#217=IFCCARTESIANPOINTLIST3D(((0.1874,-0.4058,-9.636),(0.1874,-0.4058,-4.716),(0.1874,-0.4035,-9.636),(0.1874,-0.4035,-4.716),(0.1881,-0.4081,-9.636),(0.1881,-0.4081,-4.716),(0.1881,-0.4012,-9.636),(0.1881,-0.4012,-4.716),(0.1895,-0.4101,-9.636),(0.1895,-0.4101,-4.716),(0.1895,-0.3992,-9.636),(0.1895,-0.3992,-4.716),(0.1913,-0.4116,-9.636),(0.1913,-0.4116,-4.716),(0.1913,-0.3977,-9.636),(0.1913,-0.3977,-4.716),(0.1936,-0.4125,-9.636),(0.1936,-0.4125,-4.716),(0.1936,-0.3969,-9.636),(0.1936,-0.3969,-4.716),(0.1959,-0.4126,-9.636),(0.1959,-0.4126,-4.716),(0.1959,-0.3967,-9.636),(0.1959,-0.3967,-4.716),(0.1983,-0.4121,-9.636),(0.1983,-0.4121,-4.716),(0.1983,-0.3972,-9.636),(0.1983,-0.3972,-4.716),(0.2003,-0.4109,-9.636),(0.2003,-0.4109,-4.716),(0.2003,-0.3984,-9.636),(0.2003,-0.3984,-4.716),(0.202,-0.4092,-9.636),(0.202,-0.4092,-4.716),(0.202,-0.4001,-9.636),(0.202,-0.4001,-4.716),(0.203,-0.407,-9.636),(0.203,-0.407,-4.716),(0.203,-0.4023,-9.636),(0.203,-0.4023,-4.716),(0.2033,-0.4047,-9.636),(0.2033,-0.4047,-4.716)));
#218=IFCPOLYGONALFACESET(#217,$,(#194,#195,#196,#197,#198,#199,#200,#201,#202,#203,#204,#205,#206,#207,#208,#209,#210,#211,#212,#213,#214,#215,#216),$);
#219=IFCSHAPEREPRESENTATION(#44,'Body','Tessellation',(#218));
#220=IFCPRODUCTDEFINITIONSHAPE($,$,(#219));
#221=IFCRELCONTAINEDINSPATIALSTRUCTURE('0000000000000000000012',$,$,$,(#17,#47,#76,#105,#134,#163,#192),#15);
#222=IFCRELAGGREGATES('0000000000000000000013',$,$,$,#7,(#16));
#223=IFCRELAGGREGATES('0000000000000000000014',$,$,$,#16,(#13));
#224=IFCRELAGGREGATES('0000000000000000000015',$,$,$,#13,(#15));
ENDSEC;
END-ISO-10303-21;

▶ [The problem]:
Retype each line of the listing exactly as it was given above.

▶ [Written response]:
#217=IFCCARTESIANPOINTLIST3D(((0.1874,-0.4058,-9.636),(0.1874,-0.4058,-4.716),(0.1874,-0.4035,-9.636),(0.1874,-0.4035,-4.716),(0.1881,-0.4081,-9.636),(0.1881,-0.4081,-4.716),(0.1881,-0.4012,-9.636),(0.1881,-0.4012,-4.716),(0.1895,-0.4101,-9.636),(0.1895,-0.4101,-4.716),(0.1895,-0.3992,-9.636),(0.1895,-0.3992,-4.716),(0.1913,-0.4116,-9.636),(0.1913,-0.4116,-4.716),(0.1913,-0.3977,-9.636),(0.1913,-0.3977,-4.716),(0.1936,-0.4125,-9.636),(0.1936,-0.4125,-4.716),(0.1936,-0.3969,-9.636),(0.1936,-0.3969,-4.716),(0.1959,-0.4126,-9.636),(0.1959,-0.4126,-4.716),(0.1959,-0.3967,-9.636),(0.1959,-0.3967,-4.716),(0.1983,-0.4121,-9.636),(0.1983,-0.4121,-4.716),(0.1983,-0.3972,-9.636),(0.1983,-0.3972,-4.716),(0.2003,-0.4109,-9.636),(0.2003,-0.4109,-4.716),(0.2003,-0.3984,-9.636),(0.2003,-0.3984,-4.716),(0.202,-0.4092,-9.636),(0.202,-0.4092,-4.716),(0.202,-0.4001,-9.636),(0.202,-0.4001,-4.716),(0.203,-0.407,-9.636),(0.203,-0.407,-4.716),(0.203,-0.4023,-9.636),(0.203,-0.4023,-4.716),(0.2033,-0.4047,-9.636),(0.2033,-0.4047,-4.716)));
#218=IFCPOLYGONALFACESET(#217,$,(#194,#195,#196,#197,#198,#199,#200,#201,#202,#203,#204,#205,#206,#207,#208,#209,#210,#211,#212,#213,#214,#215,#216),$);
#219=IFCSHAPEREPRESENTATION(#44,'Body','Tessellation',(#218));
#220=IFCPRODUCTDEFINITIONSHAPE($,$,(#219));
#221=IFCRELCONTAINEDINSPATIALSTRUCTURE('0000000000000000000012',$,$,$,(#17,#47,#76,#105,#134,#163,#192),#15);
#222=IFCRELAGGREGATES('0000000000000000000013',$,$,$,#7,(#16));
#223=IFCRELAGGREGATES('0000000000000000000014',$,$,$,#16,(#13));
#224=IFCRELAGGREGATES('0000000000000000000015',$,$,$,#13,(#15));
ENDSEC;
END-ISO-10303-21;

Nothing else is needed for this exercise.